"Madame le Blank! ye know! Got cut about the head down at the fete
at South Park! Tried to dance upon the table, and rolled over on some
champagne bottles. See? Wants plastering up!"
"Ah brute! Hog! Nozzing of ze kine! Why will you lie? I dance! Ze
cowards, fools, traitors zere upset ze table and I fall. I am cut! Ah,
my God, how I am cut!"
She stopped suddenly and lapsed heavily against the counter. At which
Kane hurried around to support her into the surgery with the one
fixed idea in his bewildered mind of getting her out of the shop,
and, suggestively, into the domain and under the responsibility of his
partner. The hackman, apparently relieved and washing his hands of any
further complicity in the matter, nodded and smiled, and saying, "I
reckon I'll wait outside, pardner," retreated incontinently to his
vehicle. To add to Kane's half-ludicrous embarrassment the fair
patient herself slightly resisted his support, accused the hackman of
"abandoning her," and demanded if Kane knew "zee reason of zees affair,"

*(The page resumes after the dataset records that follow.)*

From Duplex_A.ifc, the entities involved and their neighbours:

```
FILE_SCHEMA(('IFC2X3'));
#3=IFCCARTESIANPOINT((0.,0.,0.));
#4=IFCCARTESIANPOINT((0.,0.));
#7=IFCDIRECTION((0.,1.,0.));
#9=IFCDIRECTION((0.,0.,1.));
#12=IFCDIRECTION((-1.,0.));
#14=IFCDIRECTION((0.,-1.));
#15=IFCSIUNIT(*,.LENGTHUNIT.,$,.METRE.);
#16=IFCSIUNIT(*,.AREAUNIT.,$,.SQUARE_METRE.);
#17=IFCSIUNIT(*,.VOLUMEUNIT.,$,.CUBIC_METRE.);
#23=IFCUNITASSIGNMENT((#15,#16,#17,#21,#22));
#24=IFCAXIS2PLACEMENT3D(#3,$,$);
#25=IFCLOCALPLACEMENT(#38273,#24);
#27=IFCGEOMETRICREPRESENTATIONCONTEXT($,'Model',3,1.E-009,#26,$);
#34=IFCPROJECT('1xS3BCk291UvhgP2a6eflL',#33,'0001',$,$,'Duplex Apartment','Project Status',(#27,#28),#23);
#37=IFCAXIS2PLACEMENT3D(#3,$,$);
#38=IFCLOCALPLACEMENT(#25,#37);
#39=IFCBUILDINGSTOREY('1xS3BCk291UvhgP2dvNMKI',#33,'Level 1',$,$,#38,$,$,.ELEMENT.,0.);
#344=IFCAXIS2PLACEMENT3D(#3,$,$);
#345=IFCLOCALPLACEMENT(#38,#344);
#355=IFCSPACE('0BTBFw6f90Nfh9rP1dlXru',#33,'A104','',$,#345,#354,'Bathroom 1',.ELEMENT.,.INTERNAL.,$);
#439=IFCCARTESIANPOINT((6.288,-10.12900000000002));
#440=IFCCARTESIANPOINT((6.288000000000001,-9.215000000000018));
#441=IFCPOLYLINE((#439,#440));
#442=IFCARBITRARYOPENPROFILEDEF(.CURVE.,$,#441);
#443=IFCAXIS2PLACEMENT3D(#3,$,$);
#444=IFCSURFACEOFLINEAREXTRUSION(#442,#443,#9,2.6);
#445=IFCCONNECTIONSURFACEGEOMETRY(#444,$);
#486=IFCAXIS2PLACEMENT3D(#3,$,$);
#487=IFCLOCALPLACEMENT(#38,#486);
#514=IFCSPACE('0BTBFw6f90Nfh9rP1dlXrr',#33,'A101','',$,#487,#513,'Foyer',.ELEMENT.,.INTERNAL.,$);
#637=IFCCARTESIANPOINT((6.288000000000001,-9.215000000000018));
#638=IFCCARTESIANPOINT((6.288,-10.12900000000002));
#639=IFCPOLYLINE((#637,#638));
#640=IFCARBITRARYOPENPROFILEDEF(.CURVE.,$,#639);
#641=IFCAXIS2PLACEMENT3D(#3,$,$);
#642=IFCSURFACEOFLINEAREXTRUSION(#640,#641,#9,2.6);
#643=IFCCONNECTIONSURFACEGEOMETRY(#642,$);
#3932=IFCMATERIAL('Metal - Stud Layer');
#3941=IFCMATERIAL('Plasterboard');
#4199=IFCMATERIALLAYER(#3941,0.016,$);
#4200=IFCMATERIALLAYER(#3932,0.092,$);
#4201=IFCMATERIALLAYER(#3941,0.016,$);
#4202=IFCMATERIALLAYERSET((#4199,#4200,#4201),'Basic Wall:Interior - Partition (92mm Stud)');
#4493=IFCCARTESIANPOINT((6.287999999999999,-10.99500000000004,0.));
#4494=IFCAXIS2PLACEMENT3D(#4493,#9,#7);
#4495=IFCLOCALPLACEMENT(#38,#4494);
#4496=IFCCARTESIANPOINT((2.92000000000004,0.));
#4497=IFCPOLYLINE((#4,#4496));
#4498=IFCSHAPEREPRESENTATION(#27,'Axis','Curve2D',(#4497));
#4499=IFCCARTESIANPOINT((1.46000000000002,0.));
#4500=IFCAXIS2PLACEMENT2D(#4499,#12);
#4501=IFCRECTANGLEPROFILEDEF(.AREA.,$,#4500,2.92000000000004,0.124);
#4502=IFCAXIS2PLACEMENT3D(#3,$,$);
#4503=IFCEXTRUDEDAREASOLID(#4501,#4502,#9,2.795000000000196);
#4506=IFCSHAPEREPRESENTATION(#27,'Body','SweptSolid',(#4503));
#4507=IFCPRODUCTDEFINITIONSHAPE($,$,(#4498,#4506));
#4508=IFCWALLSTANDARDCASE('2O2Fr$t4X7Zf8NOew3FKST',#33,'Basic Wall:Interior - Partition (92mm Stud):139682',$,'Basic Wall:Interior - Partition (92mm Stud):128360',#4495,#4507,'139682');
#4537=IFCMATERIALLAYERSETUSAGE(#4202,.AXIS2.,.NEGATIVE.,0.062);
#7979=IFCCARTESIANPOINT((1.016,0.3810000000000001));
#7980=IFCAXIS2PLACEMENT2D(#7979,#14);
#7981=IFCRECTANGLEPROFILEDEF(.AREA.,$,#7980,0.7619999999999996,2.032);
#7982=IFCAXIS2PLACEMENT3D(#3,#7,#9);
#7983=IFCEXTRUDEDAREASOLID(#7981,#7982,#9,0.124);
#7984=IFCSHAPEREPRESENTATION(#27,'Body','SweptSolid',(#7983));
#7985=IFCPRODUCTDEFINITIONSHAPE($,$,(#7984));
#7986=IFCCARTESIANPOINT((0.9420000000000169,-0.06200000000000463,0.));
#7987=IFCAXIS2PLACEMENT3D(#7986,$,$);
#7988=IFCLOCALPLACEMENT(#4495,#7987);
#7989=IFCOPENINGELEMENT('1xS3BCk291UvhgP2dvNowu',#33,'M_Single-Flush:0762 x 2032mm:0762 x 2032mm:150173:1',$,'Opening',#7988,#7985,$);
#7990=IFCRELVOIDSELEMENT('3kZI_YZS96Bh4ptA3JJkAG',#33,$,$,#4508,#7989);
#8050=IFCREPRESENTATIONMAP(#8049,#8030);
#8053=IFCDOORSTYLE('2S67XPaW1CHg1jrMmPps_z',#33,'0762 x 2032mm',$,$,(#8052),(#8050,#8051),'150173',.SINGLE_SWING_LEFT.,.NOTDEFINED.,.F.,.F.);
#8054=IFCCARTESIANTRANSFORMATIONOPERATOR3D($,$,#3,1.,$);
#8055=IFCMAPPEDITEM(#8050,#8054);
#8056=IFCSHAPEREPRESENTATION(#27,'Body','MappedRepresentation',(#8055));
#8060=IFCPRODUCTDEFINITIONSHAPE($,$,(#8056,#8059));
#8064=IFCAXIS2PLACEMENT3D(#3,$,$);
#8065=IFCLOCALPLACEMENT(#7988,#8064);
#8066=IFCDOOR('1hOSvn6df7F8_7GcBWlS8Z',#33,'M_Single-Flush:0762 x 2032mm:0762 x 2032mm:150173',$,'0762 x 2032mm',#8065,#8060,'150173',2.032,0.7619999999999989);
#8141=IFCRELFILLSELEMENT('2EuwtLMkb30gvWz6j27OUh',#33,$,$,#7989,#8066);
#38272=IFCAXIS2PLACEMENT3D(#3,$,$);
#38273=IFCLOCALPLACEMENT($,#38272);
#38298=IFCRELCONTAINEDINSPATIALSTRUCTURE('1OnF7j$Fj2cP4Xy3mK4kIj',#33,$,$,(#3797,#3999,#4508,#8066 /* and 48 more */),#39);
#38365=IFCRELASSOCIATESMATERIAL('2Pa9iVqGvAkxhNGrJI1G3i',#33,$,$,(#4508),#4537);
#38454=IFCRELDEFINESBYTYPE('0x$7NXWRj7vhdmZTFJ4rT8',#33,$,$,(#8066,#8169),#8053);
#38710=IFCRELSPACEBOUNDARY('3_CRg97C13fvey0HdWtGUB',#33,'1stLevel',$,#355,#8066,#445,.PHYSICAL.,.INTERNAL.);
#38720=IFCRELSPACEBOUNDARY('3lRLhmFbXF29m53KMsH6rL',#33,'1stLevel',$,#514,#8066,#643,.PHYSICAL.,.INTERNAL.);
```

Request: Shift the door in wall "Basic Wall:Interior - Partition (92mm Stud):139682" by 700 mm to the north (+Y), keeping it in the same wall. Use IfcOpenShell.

```python
import numpy as np
import ifcopenshell
import ifcopenshell.api.geometry
import ifcopenshell.util.placement

model = ifcopenshell.open("Duplex_A.ifc")

door = model.by_guid("1hOSvn6df7F8_7GcBWlS8Z")
opening = door.FillsVoids[0].RelatingOpeningElement
wall = opening.VoidsElements[0].RelatingBuildingElement

wall_matrix = ifcopenshell.util.placement.get_local_placement(wall.ObjectPlacement)
shift = wall_matrix[:3, 0] * 0.7
before = ifcopenshell.util.placement.get_local_placement(door.ObjectPlacement)[:3, 3].copy()

# The door is placed relative to its opening, so it follows when the opening moves.
matrix = ifcopenshell.util.placement.get_local_placement(opening.ObjectPlacement)
matrix[:3, 3] += shift
ifcopenshell.api.geometry.edit_object_placement(
    model, product=opening, matrix=matrix, is_si=False, should_transform_children=True
)

# Space boundary surfaces are stored in each space's coordinates; move them too.
for rel in door.ProvidesBoundaries:
    if not rel.ConnectionGeometry:
        continue
    surface = rel.ConnectionGeometry.SurfaceOnRelatingElement
    space_matrix = ifcopenshell.util.placement.get_local_placement(rel.RelatingSpace.ObjectPlacement)
    point = np.array(surface.Position.Location.Coordinates) + space_matrix[:3, :3].T @ shift
    surface.Position = model.createIfcAxis2Placement3D(
        model.createIfcCartesianPoint(point.tolist()), surface.Position.Axis, surface.Position.RefDirection
    )

after = ifcopenshell.util.placement.get_local_placement(door.ObjectPlacement)[:3, 3]
print("door moved by", (after - before).round(3) + 0.0)

model.write("Duplex_A_updated.ifc")
```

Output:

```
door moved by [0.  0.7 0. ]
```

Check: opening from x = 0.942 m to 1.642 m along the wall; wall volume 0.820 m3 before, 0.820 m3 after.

yet she presently lapsed again into the large reclining-chair which
he had wheeled forward, with open mouth, half-shut eyes, and a strange
Pierrette mask of face, combined of the pallor of faintness and chalk,
and the rouge of paint and blood. At which Kane's cautiousness again
embarrassed him. A little brandy from the bottle labeled "Vini Galli"
seemed to be indicated, but his inexperience could not determine if her
relaxation was from bloodlessness or the reacting depression of alcohol.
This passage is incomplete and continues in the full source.